→ WHAT TO PRODUCE:
Count, in the entries below, the lines in which "IFCDIRECTION" occurs. Give the number, nothing more.

→ DATA SHOWN:
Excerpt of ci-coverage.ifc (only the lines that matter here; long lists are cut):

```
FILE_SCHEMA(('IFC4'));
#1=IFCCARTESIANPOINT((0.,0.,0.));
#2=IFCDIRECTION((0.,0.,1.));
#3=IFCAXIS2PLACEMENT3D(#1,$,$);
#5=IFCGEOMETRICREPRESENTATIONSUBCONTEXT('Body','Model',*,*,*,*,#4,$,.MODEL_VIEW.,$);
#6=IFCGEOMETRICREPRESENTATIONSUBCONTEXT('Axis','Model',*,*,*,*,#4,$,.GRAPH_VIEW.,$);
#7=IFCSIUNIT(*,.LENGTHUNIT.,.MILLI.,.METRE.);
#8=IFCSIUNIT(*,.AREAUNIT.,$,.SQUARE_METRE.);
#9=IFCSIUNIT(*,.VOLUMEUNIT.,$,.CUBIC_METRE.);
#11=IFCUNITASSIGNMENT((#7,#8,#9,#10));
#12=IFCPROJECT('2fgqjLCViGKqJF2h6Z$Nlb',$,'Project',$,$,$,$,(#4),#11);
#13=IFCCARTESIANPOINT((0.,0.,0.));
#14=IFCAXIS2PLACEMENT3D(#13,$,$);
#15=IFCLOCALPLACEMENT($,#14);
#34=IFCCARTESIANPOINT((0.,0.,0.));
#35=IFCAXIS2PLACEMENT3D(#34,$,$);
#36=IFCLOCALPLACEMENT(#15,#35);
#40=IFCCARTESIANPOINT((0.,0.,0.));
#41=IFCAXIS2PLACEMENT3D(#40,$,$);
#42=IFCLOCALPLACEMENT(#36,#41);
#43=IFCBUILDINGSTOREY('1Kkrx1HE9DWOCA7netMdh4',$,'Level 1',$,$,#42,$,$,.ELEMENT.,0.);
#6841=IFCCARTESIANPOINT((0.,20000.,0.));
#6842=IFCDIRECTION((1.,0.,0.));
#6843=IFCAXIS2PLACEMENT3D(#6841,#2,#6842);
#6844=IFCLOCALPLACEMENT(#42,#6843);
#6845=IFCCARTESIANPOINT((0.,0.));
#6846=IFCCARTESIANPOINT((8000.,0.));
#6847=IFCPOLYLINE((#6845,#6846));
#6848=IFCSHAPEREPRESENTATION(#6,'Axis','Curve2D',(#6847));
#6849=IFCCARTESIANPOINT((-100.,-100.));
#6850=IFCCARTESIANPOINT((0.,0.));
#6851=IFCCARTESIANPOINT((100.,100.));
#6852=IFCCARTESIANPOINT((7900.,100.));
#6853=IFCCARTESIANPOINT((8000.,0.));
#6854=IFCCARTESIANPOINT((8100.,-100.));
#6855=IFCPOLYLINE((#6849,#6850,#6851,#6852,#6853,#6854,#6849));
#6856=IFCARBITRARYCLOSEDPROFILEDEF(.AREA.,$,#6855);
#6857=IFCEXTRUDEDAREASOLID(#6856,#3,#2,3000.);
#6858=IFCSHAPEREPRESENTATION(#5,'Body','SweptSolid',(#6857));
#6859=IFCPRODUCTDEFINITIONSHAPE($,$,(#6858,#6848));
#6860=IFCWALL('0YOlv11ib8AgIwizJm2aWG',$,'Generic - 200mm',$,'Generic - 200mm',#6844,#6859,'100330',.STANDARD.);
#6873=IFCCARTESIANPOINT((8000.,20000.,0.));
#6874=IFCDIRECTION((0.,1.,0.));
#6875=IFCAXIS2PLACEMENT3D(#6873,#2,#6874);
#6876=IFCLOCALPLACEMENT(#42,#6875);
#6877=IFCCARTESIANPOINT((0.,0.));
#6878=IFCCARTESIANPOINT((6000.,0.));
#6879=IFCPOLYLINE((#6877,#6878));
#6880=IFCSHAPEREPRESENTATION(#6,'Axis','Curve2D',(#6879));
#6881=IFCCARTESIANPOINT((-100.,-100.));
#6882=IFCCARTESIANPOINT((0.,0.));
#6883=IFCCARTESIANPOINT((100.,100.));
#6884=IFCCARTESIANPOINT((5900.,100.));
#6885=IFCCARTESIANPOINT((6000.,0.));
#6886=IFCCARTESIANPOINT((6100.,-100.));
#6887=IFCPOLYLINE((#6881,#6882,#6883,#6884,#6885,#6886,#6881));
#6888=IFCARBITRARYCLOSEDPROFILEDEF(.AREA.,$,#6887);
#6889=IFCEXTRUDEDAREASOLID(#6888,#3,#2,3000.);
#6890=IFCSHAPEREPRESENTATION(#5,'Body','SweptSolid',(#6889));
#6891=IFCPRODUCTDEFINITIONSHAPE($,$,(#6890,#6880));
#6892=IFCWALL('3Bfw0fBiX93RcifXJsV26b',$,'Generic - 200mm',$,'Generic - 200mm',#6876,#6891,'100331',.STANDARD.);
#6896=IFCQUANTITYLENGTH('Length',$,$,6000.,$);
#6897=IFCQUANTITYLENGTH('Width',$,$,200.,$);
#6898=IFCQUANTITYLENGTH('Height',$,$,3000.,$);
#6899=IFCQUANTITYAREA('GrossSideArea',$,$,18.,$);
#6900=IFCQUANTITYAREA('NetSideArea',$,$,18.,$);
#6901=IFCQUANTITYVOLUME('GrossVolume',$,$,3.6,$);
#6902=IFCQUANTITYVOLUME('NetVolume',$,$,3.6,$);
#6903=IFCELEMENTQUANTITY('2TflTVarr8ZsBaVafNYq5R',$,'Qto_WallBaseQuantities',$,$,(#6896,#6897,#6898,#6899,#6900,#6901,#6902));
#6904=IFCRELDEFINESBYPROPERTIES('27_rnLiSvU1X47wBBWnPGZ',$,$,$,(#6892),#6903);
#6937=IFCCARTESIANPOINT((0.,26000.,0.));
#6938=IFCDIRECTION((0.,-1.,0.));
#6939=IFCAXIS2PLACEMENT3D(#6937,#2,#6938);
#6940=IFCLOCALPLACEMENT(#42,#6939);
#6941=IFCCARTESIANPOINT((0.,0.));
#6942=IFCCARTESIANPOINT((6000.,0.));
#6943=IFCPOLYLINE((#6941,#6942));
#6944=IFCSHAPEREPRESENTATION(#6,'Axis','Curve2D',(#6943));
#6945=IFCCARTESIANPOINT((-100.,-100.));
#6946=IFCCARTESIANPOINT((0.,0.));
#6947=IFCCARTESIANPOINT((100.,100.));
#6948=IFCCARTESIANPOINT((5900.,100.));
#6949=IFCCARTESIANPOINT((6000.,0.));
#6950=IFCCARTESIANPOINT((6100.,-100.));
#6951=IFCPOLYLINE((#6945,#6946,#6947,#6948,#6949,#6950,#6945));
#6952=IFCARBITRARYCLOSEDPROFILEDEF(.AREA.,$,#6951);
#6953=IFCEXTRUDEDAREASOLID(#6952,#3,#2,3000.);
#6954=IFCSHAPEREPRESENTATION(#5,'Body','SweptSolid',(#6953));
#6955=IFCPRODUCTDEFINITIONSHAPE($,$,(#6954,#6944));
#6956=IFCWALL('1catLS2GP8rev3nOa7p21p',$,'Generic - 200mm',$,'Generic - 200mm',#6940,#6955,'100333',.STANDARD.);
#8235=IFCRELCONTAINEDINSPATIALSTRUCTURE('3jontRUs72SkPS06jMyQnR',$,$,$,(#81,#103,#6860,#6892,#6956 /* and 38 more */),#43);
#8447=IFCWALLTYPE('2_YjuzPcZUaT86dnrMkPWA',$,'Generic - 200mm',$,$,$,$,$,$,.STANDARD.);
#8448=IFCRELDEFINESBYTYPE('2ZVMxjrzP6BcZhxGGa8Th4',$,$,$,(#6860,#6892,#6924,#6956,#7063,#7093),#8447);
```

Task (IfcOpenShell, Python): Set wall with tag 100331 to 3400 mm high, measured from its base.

```python
import ifcopenshell
import ifcopenshell.api.pset
import ifcopenshell.geom
import ifcopenshell.util.element
import ifcopenshell.util.representation
import ifcopenshell.util.shape
import ifcopenshell.util.unit

model = ifcopenshell.open("ci-coverage.ifc")
unit_scale = ifcopenshell.util.unit.calculate_unit_scale(model)
area_scale = ifcopenshell.util.unit.calculate_unit_scale(model, "AREAUNIT")
volume_scale = ifcopenshell.util.unit.calculate_unit_scale(model, "VOLUMEUNIT")
settings = ifcopenshell.geom.settings()


def volume(element):
    """Net volume in cubic metres, openings subtracted."""
    shape = ifcopenshell.geom.create_shape(settings, element)
    return ifcopenshell.util.shape.get_volume(shape.geometry)


wall = model.by_guid("3Bfw0fBiX93RcifXJsV26b")
before = volume(wall)

body = ifcopenshell.util.representation.get_representation(wall, "Model", "Body")
solid = body.Items[0]
old_height = solid.Depth
solid.Depth = 3.4 / unit_scale
after = volume(wall)
thickness = 0.2  # wall thickness in metres

# Update the stored height, areas and volumes.
qto = model.by_id(ifcopenshell.util.element.get_pset(wall, "Qto_WallBaseQuantities", should_inherit=False)["id"])
ifcopenshell.api.pset.edit_qto(model, qto=qto, properties={
    "Height": solid.Depth,
    "GrossSideArea": ifcopenshell.util.element.get_pset(wall, "Qto_WallBaseQuantities", "GrossSideArea") * solid.Depth / old_height,
    "NetSideArea": after / thickness / area_scale,
    "GrossVolume": ifcopenshell.util.element.get_pset(wall, "Qto_WallBaseQuantities", "GrossVolume") * solid.Depth / old_height,
    "NetVolume": after / volume_scale,
})

print(f"height {old_height:g} -> {solid.Depth:g}, volume {before:.3f} -> {after:.3f} m3")

model.write("ci-coverage_rev.ifc")
```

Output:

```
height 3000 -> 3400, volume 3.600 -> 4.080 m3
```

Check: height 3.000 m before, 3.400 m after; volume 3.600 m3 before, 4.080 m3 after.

→ THE COMPLETED TASK:
4